I would worry about the mold spores in the air... especially in an enclosed space.

So...  I would pick out and remove all moldy bits, as well as some of the hay that looks good but was touching the moldy bits. 

All of that would go into compost or dumped far from livestock. 

As to worms....  what kind of worms do you have?

I like to worm animals whenever they are moved (if it is possibly needed), so you are bringing fewer worms into the new area.

If you know you have a potentially high worm load...  or the worms you have are problematic...  then I would take the time to try to pick out, remove,  and dispose of all poo.  With them in a small area that might not be too hard.  Or if you know the worms you are dealing with hatch in 3 days after being pooped out...  then clean out bedding every second day.


----------



## Alaskan (Dec 9, 2021)

Also, obviously,  figure out how to store hay so that next time around it stays dry.

A double stack of pallets as a floor might help.


----------



## Baymule (Dec 10, 2021)

I feed round bales. They are net wrapped and stored outside. The bale is set on dirt in the sheep bare. Enclosed by a cow panel “hay ring” it is accessible by sheep in the barn, a small pen and a pasture. The moldy hay on the bottom never affects consumption. I pitchfork it into a wagon, haul to compost heap or spread over dirt where more humus is needed. Clean up the “hay ring” and set another bale. 

The spoilage on your hay won’t hurt anything. Just set the bale on the bottom like it is now. 

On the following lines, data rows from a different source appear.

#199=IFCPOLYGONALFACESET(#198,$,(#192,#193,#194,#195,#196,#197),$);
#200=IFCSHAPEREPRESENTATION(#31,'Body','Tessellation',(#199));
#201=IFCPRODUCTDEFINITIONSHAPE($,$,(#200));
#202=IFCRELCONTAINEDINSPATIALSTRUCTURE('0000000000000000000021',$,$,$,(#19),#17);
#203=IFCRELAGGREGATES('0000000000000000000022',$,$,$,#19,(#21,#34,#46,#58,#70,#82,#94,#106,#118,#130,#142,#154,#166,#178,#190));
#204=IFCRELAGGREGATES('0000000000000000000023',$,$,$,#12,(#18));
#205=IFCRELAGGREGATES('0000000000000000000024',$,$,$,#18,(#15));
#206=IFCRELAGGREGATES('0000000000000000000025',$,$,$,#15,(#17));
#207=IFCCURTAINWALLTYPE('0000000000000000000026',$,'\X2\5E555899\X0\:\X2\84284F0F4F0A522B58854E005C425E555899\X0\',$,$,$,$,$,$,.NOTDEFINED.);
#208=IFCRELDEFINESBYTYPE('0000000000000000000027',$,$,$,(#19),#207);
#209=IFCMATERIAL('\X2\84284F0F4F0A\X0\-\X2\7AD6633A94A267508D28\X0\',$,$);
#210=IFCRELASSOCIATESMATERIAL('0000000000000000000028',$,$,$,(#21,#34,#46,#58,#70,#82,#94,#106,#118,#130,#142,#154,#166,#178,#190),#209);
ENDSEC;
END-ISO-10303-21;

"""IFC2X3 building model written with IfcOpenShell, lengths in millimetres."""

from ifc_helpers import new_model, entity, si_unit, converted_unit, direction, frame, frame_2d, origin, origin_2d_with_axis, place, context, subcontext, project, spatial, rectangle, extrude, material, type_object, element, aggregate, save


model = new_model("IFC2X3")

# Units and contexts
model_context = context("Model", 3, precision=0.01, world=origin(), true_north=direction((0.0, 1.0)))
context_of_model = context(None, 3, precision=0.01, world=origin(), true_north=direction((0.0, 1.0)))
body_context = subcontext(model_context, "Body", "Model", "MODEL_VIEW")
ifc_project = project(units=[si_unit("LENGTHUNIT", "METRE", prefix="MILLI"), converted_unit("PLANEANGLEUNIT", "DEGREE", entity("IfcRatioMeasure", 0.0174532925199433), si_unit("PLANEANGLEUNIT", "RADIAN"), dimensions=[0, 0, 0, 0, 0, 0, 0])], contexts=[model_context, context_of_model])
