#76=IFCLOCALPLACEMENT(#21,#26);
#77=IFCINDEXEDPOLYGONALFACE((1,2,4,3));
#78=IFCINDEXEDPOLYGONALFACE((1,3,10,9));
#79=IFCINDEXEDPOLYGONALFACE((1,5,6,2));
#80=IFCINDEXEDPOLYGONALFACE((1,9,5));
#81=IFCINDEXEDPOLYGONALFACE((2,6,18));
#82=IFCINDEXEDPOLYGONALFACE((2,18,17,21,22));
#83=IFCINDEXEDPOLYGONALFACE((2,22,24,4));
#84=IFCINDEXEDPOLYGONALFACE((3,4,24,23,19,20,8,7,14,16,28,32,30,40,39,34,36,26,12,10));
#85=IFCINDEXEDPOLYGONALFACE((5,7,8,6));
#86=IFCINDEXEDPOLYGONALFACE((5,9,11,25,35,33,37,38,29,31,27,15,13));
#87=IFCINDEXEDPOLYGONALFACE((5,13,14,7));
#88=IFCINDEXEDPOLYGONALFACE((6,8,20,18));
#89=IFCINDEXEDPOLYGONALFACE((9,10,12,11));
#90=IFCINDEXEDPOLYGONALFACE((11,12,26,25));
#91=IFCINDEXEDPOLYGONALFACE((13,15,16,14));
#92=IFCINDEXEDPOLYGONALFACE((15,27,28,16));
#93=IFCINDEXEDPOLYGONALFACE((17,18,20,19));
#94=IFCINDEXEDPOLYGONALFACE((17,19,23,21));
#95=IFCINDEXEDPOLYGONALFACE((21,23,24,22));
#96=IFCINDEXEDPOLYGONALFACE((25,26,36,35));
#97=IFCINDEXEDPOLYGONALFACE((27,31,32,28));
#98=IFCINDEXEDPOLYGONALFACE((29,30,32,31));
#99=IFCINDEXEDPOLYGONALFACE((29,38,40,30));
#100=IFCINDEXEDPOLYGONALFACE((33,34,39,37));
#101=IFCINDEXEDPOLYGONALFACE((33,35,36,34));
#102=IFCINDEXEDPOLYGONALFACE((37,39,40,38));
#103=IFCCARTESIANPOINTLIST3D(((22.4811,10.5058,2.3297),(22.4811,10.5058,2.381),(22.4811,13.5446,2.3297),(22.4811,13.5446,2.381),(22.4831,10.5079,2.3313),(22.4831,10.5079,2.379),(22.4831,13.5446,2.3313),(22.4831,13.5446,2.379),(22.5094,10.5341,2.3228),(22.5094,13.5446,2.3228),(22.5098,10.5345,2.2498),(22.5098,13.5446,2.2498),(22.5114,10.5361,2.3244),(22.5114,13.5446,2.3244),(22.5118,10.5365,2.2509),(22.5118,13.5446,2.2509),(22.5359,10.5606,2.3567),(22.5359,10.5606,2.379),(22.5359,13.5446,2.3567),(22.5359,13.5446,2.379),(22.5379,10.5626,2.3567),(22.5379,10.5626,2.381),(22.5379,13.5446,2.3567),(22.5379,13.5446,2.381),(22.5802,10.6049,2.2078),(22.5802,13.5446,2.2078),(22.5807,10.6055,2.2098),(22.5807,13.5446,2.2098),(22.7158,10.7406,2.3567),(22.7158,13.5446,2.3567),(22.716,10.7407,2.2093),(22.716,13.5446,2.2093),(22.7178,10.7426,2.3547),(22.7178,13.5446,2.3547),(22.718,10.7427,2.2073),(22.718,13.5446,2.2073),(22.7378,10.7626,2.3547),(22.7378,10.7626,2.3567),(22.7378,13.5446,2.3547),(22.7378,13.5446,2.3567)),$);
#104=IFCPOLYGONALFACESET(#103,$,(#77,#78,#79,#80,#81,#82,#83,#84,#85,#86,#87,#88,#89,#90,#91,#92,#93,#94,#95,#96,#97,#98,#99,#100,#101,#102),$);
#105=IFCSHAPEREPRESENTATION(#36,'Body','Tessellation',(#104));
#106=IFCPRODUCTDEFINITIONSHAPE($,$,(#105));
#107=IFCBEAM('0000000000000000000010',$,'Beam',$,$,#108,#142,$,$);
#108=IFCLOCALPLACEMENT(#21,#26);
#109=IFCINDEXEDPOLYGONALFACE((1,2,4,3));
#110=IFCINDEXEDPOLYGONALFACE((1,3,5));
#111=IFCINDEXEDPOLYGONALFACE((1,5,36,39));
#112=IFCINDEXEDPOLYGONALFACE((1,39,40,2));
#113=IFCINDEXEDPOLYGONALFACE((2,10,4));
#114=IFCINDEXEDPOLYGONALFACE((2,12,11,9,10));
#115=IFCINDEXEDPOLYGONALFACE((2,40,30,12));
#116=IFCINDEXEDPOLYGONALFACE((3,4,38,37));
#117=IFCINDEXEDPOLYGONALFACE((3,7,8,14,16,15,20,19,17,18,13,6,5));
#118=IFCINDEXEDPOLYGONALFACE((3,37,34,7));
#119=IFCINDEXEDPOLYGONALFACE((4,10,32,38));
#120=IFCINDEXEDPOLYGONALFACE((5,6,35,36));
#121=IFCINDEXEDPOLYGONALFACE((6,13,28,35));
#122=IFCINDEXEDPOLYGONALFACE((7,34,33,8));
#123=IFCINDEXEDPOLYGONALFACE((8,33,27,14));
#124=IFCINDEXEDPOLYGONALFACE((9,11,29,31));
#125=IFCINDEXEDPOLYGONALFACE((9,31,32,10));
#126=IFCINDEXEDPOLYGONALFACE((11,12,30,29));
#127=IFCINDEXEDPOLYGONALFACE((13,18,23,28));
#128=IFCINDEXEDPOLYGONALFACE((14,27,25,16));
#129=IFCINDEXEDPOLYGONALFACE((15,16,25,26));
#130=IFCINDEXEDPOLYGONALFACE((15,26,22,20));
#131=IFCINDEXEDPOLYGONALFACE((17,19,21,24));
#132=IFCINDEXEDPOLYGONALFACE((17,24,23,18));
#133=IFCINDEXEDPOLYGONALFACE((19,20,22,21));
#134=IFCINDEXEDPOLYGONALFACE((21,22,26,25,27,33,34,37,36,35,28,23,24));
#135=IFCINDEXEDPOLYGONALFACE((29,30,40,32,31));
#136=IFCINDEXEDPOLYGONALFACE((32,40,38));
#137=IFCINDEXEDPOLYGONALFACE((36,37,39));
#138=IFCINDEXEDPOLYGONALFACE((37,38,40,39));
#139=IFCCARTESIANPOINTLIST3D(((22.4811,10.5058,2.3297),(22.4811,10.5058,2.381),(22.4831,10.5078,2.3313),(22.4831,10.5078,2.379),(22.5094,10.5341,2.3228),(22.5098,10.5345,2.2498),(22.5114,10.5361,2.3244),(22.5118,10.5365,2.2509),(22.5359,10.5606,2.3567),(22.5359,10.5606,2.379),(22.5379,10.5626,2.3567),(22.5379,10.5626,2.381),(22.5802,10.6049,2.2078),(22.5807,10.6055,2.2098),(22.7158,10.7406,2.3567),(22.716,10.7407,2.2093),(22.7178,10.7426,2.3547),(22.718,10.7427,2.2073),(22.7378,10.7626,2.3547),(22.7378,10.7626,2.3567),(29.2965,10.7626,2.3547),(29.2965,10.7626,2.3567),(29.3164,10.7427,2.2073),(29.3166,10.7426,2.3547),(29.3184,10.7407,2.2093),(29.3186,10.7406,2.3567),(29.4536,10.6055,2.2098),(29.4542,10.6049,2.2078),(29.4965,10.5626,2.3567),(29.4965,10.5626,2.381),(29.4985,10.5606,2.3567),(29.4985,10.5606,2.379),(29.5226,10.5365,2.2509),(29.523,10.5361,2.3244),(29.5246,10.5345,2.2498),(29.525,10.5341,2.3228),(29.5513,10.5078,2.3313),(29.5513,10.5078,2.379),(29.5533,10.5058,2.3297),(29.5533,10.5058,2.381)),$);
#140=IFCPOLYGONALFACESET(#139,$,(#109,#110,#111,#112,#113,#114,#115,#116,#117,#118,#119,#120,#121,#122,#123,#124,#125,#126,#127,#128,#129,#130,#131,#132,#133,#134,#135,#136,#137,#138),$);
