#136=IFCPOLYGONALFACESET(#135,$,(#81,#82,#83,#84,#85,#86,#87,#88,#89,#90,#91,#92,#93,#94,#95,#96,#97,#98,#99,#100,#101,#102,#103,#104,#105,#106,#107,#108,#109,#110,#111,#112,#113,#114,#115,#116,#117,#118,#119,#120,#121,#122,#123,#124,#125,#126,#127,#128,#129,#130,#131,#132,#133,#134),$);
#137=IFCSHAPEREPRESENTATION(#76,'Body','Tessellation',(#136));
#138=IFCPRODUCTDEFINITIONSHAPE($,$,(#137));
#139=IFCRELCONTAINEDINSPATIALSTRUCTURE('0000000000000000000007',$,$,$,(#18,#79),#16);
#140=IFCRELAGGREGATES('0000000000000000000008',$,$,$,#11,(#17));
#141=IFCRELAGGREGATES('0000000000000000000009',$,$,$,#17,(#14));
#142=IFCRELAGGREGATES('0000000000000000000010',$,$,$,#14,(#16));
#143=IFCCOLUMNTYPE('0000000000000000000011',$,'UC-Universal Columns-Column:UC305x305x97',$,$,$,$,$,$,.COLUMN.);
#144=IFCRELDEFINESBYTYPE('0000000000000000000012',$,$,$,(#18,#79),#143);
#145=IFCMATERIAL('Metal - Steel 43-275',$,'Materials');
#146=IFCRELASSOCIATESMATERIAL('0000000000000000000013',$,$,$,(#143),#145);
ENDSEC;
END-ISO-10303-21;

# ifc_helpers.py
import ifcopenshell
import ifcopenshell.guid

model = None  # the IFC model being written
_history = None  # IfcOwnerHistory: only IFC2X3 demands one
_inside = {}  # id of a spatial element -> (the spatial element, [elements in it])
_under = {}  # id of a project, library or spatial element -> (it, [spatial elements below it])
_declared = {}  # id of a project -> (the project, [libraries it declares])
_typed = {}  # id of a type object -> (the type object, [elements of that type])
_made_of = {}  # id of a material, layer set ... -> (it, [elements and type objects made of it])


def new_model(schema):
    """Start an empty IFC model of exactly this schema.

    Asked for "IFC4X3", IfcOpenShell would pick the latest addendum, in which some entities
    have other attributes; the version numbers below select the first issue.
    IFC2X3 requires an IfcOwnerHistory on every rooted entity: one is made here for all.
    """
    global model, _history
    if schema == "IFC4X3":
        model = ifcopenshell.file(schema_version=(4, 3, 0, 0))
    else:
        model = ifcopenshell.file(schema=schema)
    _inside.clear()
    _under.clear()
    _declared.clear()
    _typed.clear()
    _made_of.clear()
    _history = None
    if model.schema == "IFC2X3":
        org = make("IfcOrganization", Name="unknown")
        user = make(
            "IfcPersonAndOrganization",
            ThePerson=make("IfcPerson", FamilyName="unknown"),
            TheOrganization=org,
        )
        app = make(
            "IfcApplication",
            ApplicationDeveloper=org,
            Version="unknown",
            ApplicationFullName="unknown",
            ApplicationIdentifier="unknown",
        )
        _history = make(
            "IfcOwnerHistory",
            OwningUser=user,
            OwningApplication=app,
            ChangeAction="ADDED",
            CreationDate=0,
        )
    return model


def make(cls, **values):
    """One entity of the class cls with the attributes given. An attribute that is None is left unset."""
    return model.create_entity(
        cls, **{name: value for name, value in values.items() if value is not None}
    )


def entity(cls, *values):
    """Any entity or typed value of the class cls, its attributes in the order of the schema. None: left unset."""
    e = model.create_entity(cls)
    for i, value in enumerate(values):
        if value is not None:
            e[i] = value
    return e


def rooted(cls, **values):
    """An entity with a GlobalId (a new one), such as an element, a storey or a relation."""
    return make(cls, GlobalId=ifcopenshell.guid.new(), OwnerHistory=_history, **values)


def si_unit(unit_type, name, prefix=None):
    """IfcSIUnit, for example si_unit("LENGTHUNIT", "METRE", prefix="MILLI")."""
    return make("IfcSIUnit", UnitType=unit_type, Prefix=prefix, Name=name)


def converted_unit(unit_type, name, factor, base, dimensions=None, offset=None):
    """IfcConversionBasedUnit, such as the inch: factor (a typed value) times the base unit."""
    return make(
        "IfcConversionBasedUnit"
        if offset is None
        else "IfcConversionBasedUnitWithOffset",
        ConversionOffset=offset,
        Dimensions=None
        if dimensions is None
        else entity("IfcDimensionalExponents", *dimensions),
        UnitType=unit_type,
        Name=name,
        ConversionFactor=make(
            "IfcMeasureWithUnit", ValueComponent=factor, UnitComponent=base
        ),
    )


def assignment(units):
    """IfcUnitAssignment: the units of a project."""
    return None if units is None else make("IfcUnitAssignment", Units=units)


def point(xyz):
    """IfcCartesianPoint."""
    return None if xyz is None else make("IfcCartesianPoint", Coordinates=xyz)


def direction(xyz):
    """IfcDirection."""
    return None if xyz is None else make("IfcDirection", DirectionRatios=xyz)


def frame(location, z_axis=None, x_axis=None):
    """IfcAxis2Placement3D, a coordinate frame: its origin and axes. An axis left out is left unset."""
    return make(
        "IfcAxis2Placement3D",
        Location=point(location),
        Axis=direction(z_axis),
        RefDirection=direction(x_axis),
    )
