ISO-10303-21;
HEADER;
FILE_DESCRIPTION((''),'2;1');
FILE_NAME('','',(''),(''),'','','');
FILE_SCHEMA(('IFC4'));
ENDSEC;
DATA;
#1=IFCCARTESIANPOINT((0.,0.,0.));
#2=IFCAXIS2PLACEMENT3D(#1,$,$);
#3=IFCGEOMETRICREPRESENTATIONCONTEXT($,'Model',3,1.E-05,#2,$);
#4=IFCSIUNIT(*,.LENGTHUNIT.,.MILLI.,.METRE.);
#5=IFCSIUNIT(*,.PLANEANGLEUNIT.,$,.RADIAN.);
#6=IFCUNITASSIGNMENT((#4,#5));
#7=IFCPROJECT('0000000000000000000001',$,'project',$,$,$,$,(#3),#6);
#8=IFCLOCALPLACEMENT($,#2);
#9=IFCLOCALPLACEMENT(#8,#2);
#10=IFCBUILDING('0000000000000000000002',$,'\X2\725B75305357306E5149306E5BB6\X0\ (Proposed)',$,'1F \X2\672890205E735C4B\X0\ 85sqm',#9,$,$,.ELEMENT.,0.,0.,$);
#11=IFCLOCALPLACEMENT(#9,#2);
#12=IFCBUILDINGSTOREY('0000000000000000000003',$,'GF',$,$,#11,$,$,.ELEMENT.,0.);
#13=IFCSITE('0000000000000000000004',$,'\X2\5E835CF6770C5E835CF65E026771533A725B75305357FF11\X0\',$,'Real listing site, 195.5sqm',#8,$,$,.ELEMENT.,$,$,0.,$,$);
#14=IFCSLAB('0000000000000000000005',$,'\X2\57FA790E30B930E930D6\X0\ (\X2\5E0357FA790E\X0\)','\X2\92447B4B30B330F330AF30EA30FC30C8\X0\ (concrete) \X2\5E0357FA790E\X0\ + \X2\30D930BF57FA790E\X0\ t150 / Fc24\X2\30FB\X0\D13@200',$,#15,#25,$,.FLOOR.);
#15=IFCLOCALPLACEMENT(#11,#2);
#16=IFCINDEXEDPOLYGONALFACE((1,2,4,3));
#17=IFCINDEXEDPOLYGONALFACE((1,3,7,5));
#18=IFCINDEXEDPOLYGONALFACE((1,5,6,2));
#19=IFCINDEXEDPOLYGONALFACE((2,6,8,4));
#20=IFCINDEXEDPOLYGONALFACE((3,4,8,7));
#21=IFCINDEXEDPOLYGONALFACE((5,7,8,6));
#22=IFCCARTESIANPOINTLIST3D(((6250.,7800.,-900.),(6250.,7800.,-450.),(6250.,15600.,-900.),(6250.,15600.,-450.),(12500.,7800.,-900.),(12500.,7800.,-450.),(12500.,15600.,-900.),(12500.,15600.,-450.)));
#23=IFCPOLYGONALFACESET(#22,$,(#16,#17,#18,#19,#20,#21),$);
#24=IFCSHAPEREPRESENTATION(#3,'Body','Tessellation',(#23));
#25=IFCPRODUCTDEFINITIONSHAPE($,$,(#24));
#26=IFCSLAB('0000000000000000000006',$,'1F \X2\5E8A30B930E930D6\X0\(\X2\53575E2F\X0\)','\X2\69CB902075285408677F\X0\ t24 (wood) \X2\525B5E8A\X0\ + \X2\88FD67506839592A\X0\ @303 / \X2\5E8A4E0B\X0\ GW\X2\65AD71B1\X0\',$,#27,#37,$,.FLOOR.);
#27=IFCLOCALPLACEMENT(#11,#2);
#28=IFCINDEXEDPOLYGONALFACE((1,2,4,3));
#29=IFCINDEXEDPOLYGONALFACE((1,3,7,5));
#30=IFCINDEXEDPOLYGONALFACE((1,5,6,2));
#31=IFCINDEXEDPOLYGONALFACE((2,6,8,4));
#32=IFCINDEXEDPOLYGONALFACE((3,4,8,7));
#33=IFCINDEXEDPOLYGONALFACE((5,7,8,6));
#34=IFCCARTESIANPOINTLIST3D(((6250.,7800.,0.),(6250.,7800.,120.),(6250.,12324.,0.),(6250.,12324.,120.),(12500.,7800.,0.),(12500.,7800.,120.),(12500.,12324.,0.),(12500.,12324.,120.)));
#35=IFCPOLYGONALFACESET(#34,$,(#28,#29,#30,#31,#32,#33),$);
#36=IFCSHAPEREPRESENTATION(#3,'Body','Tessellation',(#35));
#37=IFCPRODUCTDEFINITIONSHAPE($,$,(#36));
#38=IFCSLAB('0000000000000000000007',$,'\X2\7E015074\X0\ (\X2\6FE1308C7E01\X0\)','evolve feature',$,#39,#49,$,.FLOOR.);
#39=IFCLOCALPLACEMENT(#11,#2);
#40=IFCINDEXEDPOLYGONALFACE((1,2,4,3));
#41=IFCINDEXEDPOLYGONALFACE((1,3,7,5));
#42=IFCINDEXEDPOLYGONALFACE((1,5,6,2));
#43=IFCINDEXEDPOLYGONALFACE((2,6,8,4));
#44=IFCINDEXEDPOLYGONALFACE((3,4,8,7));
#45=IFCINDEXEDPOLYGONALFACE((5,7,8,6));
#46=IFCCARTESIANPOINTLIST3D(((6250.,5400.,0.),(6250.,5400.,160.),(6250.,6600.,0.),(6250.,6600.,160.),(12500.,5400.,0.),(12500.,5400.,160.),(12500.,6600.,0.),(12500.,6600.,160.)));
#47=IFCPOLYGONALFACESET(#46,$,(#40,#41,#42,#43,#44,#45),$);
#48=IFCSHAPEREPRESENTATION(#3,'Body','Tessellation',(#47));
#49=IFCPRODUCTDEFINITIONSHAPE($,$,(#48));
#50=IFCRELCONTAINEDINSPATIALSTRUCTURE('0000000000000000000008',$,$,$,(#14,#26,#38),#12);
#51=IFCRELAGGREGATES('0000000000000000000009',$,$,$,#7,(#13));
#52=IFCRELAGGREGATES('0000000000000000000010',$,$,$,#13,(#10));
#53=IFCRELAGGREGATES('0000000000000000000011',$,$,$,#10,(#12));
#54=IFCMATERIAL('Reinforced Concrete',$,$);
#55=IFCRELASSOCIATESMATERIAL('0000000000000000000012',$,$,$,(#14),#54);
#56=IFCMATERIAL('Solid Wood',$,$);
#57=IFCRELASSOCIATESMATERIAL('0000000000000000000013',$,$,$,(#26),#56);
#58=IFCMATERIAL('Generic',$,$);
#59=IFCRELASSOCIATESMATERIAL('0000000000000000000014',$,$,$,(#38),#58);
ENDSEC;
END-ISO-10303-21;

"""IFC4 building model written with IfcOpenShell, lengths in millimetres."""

from ifc_helpers import new_model, si_unit, frame, frame_2d, origin, place, context, project, spatial, rectangle, extrude, material, element, save


model = new_model("IFC4")

# Units and contexts
model_context = context("Model", 3, precision=1e-05, world=origin())
ifc_project = project(units=[si_unit("LENGTHUNIT", "METRE", prefix="MILLI"), si_unit("PLANEANGLEUNIT", "RADIAN")], contexts=[model_context])

# Site, building, storey
site_placement = place(None, origin())
site = spatial("IfcSite", under=ifc_project, at=site_placement, Name="広島県広島市東区牛田南１", ObjectType="Real listing site, 195.5sqm", CompositionType="ELEMENT", RefElevation=0.0)
building_placement = place(site_placement, origin())
building = spatial("IfcBuilding", under=site, at=building_placement, Name="牛田南の光の家 (Proposed)", ObjectType="1F 木造平屋 85sqm", CompositionType="ELEMENT", ElevationOfRefHeight=0.0, ElevationOfTerrain=0.0)
storey_placement = place(building_placement, origin())
storey = spatial("IfcBuildingStorey", under=building, at=storey_placement, Name="GF", CompositionType="ELEMENT", Elevation=0.0)

# Slabs
ifc_material_1 = material(Name="Reinforced Concrete")
slab_1_placement = place(storey_placement, frame((3125.0, 3900.0, -450.0)))
element("IfcSlab", 1, at=slab_1_placement, inside=storey, material=ifc_material_1, Name="基礎スラブ (布基礎)", Description="鉄筋コンクリート (concrete) 布基礎 + ベタ基礎 t150 / Fc24・D13@200", PredefinedType="FLOOR", context=model_context, shape_type="SweptSolid", body=[
    extrude(rectangle(XDim=6250.0, YDim=7800.0, at=frame_2d((3125.0, 3900.0))), frame((3125.0, 3900.0, -450.0)), (0.0, 0.0, 1.0), 450.0),
])
ifc_material_2 = material(Name="Solid Wood")
slab_2_placement = place(storey_placement, frame((3125.0, 3900.0, 0.0)))
element("IfcSlab", 2, at=slab_2_placement, inside=storey, material=ifc_material_2, Name="1F 床スラブ(南帯)", Description="構造用合板 t24 (wood) 剛床 + 製材根太 @303 / 床下 GW断熱", PredefinedType="FLOOR", context=model_context, shape_type="SweptSolid", body=[
    extrude(rectangle(XDim=6250.0, YDim=4524.0, at=frame_2d((3125.0, 2262.0))), frame((3125.0, 3900.0, 0.0)), (0.0, 0.0, 1.0), 120.0),
])
ifc_material_3 = material(Name="Generic")
slab_3_placement = place(storey_placement, frame((3125.0, 2700.0, 0.0)))
element("IfcSlab", 3, at=slab_3_placement, inside=storey, material=ifc_material_3, Name="縁側 (濡れ縁)", Description="evolve feature", PredefinedType="FLOOR", context=model_context, shape_type="SweptSolid", body=[
    extrude(rectangle(XDim=6250.0, YDim=1200.0, at=frame_2d((3125.0, 600.0))), frame((3125.0, 2700.0, 0.0)), (0.0, 0.0, 1.0), 160.0),
])

save(model, "model.ifc")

Do you feed in the pasture or barn? If in pasture, set the bale in a different spot each time. The extra humus from the rotting hay will benefit the soil.


----------



## Cotton*wood (Dec 10, 2021)

Baymule said:


> I feed round bales. They are net wrapped and stored outside. The bale is set on dirt in the sheep bare. Enclosed by a cow panel “hay ring” it is accessible by sheep in the barn, a small pen and a pasture. The moldy hay on the bottom never affects consumption. I pitchfork it into a wagon, haul to compost heap or spread over dirt where more humus is needed. Clean up the “hay ring” and set another bale.
> 
> The spoilage on your hay won’t hurt anything. Just set the bale on the bottom like it is now.
> 
> Do you feed in the pasture or barn? If in pasture, set the bale in a different spot each time. The extra humus from the rotting hay will benefit the soil.


Right now I have the three little ewe lambs in the barn while the ram is doing his business in the pasture with the rest.  There's a hay rack in the barn, but the whole side of the barn is open, so it's not really enclosed, but I do have to put hay up in the rack.  I've pulled off the moldy bottom and used it to mulch some things.

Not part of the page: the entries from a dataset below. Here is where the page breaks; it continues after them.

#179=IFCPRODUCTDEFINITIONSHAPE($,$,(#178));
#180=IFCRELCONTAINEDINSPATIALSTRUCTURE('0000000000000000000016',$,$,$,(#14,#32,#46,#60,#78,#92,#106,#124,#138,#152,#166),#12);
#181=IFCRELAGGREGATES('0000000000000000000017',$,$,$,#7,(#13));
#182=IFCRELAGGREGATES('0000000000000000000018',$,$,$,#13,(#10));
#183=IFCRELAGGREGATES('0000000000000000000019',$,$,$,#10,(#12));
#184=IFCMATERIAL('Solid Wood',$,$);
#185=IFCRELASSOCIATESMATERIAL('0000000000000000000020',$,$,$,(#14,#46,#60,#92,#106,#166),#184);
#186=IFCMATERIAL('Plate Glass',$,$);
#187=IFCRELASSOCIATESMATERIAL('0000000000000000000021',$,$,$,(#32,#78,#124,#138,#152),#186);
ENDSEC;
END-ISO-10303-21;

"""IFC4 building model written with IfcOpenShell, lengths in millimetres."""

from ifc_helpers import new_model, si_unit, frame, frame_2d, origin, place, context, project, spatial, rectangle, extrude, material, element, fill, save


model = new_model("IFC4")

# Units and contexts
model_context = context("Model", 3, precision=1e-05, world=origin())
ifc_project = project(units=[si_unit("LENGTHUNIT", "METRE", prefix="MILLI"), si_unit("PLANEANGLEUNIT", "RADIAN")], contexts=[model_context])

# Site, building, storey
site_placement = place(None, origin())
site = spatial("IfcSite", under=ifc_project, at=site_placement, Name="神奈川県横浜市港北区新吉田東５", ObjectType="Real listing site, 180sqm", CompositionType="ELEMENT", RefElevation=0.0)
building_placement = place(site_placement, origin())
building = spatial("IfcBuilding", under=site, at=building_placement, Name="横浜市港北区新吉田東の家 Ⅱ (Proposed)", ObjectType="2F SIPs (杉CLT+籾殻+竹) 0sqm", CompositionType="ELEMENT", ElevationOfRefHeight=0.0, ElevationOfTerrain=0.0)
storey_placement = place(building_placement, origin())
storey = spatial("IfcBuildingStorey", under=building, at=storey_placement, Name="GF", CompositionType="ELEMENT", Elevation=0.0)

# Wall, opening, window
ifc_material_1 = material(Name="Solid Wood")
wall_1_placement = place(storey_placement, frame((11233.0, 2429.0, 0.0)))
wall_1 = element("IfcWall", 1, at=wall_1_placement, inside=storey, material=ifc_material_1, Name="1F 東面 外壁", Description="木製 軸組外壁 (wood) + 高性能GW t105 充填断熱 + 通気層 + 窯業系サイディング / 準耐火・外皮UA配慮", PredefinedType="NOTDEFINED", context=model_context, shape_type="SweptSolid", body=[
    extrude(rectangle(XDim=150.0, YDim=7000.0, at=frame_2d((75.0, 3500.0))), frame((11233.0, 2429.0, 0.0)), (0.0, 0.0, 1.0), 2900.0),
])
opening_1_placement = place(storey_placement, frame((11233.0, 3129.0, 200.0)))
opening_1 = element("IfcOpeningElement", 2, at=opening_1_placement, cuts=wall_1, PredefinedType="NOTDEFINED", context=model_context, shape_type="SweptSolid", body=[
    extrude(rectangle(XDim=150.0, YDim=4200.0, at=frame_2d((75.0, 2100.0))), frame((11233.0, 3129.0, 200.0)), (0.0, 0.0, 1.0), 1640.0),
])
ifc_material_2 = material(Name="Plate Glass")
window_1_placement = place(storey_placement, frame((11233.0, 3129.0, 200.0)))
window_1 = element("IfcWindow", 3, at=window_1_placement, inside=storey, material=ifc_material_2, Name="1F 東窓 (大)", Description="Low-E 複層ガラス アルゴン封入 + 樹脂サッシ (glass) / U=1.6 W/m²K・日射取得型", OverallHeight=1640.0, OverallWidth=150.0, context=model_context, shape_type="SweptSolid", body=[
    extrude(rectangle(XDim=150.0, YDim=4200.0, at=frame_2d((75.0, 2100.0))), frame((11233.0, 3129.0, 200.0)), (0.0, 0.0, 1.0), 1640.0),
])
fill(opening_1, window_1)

For the ones in the field, last winter, when there was snow on the ground, I'd dump a pile in their paddock (don't know exactly how much).  Right now they're in our biggest pasture which I'm hoping will take them the next several months to get through.  It's a crappy pasture, so I'm planning on leaving them in each paddock for at least several days, dumping in a bunch of hay (in different locations) everyday.  I'm planning on broadcasting native grass seeds before they go in, and then if they eat down the fescue too low and weaken it, so much the better.  But lots of sheep poop and pee, and trampled down hay, will hopefully help it out some.

I have one more bale stored inside, and the three new ones are outside (with a tarp over the tops).


----------